• Data for processing:
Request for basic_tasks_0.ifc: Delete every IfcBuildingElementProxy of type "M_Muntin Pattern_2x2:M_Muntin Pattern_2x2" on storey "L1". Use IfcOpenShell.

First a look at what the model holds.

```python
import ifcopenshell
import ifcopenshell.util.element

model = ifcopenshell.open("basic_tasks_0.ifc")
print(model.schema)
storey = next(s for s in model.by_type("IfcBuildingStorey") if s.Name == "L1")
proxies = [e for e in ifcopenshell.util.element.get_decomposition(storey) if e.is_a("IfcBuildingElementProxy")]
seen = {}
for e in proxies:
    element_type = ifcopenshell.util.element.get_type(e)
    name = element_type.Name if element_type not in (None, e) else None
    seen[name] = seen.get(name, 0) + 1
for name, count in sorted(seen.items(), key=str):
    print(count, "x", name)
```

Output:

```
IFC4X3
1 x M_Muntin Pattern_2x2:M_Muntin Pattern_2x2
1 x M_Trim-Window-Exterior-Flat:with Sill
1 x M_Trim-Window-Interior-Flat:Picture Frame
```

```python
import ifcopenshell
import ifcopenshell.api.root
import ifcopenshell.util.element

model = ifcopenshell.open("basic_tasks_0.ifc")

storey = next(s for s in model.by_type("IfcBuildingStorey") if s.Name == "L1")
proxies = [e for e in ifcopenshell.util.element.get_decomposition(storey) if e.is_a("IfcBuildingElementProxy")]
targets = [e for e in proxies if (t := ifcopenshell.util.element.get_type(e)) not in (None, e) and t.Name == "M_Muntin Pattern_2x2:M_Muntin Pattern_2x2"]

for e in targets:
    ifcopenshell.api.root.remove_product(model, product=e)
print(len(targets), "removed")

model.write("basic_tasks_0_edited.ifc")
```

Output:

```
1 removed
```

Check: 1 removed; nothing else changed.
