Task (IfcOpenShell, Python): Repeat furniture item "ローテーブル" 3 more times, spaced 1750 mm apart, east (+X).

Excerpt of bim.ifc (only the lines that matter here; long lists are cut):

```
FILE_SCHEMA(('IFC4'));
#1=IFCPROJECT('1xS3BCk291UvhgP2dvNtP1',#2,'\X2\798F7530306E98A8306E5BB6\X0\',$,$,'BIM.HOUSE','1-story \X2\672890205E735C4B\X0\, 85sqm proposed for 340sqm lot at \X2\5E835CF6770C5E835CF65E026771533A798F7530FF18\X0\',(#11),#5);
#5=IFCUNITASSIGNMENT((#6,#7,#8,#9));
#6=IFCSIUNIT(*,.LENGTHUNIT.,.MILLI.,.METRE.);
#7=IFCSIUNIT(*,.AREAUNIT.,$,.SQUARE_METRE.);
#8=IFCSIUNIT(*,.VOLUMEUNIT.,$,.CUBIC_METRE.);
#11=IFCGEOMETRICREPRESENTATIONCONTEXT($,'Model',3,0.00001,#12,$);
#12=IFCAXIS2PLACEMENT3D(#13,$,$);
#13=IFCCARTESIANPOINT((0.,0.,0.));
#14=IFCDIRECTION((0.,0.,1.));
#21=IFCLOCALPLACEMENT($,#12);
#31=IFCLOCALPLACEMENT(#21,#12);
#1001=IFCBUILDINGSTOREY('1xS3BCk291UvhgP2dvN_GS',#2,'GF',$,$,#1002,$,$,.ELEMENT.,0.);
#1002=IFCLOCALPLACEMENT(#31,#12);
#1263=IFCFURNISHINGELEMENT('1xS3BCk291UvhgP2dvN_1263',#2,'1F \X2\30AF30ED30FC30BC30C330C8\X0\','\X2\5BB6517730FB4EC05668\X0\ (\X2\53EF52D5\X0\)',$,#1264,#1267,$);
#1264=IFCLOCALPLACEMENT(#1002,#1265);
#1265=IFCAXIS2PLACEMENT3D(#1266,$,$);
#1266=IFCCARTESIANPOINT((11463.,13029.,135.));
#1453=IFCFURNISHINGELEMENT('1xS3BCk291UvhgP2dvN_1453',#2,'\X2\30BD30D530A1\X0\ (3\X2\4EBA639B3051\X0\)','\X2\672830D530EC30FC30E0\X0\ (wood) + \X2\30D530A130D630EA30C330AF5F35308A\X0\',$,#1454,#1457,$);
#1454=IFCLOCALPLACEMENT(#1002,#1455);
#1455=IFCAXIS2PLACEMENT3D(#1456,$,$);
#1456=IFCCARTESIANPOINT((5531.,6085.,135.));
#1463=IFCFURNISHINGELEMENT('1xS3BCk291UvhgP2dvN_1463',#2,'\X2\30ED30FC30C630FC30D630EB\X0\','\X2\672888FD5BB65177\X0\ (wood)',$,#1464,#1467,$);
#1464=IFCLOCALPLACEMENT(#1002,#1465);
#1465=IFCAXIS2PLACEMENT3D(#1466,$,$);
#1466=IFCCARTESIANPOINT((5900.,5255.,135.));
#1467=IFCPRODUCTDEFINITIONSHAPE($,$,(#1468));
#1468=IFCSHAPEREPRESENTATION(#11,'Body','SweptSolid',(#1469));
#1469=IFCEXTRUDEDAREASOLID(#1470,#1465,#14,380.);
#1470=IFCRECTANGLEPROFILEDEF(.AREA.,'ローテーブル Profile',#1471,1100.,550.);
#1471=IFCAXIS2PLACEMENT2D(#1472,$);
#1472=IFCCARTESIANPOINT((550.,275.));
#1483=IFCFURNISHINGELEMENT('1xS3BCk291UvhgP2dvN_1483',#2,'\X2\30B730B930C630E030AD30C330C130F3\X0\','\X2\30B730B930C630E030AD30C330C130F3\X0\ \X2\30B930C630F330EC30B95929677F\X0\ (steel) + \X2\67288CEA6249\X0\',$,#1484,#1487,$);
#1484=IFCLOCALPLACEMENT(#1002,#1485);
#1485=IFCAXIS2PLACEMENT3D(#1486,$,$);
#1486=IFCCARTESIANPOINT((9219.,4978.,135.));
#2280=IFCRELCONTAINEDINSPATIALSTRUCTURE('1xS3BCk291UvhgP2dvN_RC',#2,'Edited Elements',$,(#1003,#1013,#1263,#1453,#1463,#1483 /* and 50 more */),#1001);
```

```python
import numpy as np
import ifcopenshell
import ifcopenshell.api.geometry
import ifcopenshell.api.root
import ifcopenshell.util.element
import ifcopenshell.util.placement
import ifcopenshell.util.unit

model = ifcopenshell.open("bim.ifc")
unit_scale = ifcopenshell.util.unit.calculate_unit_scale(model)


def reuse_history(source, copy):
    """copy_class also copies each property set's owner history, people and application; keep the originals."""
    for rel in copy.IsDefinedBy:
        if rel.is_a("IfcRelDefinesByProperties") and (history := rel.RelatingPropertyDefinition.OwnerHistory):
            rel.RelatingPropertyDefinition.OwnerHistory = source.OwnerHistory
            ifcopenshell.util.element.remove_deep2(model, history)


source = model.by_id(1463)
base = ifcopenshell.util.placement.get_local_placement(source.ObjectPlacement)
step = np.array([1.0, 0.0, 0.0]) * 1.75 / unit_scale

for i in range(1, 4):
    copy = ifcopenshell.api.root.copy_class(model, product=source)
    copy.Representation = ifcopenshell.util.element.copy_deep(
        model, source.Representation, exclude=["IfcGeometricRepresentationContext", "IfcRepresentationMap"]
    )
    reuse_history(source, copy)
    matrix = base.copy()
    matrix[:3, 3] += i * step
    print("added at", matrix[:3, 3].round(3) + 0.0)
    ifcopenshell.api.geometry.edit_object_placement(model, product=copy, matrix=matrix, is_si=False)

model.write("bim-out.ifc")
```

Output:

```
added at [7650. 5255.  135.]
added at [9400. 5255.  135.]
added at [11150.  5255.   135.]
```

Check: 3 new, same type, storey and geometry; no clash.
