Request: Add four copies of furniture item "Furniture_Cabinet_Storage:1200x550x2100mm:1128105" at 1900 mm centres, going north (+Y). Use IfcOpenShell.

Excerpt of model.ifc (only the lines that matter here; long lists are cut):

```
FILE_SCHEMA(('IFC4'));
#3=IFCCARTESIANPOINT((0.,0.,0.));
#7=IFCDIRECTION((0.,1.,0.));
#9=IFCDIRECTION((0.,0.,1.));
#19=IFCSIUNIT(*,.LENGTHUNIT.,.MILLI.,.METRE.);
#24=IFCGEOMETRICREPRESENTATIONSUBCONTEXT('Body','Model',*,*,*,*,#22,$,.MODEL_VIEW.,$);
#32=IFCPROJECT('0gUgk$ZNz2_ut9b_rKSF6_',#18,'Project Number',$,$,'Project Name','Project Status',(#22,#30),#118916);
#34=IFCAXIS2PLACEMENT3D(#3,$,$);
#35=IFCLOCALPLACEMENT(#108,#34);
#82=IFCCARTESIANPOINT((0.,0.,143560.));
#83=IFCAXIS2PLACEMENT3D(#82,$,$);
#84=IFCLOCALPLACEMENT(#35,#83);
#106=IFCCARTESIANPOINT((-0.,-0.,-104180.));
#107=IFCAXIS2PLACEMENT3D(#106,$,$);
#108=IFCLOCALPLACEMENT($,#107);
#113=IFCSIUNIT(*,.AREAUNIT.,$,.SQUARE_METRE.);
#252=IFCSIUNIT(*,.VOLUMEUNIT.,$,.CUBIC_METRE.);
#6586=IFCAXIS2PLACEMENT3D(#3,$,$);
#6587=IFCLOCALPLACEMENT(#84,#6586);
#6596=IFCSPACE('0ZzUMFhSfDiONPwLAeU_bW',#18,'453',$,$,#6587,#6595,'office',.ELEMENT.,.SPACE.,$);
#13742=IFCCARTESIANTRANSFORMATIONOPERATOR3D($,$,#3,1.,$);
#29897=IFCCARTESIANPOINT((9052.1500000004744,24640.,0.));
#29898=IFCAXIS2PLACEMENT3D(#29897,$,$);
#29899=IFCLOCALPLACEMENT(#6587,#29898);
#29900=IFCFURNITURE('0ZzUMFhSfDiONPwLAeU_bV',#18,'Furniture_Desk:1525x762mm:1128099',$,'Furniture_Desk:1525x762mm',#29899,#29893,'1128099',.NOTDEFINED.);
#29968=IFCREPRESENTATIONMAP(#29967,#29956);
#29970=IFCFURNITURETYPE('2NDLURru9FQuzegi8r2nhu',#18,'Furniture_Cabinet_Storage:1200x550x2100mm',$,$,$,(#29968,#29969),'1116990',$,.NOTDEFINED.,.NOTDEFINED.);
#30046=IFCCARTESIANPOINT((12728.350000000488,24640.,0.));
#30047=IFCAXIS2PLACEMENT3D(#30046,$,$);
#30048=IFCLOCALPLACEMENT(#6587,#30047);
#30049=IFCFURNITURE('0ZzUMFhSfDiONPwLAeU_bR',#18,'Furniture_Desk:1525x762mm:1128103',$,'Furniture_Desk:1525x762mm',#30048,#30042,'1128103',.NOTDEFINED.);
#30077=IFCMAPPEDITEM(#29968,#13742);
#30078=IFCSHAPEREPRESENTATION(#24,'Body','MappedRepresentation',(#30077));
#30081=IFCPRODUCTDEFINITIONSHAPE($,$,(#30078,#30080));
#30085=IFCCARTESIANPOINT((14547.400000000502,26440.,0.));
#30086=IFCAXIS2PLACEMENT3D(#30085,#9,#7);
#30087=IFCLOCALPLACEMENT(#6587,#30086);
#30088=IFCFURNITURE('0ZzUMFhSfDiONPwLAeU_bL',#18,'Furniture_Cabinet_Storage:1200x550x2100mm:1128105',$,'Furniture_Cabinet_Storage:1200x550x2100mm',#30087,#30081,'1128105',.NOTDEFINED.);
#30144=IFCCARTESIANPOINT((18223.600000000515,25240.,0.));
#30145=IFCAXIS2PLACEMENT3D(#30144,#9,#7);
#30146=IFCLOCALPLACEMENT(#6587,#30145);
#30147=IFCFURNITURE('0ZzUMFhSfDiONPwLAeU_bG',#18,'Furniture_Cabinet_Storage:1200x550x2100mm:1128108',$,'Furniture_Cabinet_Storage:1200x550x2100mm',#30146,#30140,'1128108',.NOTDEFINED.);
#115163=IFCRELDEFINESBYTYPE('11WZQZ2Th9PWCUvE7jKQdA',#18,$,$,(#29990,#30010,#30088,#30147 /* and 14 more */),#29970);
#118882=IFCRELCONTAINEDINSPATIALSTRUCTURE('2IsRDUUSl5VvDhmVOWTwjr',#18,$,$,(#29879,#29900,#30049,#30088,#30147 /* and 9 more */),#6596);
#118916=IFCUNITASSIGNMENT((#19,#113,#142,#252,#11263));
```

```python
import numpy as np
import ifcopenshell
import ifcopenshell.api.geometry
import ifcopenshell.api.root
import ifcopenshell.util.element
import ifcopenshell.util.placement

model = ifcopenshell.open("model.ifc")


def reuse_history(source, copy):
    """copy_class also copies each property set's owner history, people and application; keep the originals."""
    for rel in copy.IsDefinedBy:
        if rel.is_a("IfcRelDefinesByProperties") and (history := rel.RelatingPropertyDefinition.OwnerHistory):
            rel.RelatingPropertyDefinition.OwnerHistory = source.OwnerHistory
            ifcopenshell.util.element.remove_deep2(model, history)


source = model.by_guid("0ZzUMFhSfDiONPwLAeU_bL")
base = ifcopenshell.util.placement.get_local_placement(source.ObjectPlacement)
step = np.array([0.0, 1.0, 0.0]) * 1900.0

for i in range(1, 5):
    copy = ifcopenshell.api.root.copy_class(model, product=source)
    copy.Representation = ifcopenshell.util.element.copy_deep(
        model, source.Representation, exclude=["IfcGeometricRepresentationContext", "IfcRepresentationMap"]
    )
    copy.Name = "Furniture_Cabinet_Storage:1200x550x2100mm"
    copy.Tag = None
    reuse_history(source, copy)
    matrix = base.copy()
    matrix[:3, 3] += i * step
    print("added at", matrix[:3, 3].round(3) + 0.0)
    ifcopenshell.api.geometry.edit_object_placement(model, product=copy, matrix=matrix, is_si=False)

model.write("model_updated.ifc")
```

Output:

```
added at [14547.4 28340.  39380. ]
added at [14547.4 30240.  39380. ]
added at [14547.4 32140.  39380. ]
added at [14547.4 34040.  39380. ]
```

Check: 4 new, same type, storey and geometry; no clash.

• Action item:
From the records above, tally every line that contains the string "Body"; the reply consists of that number alone.

• Exercise result:
3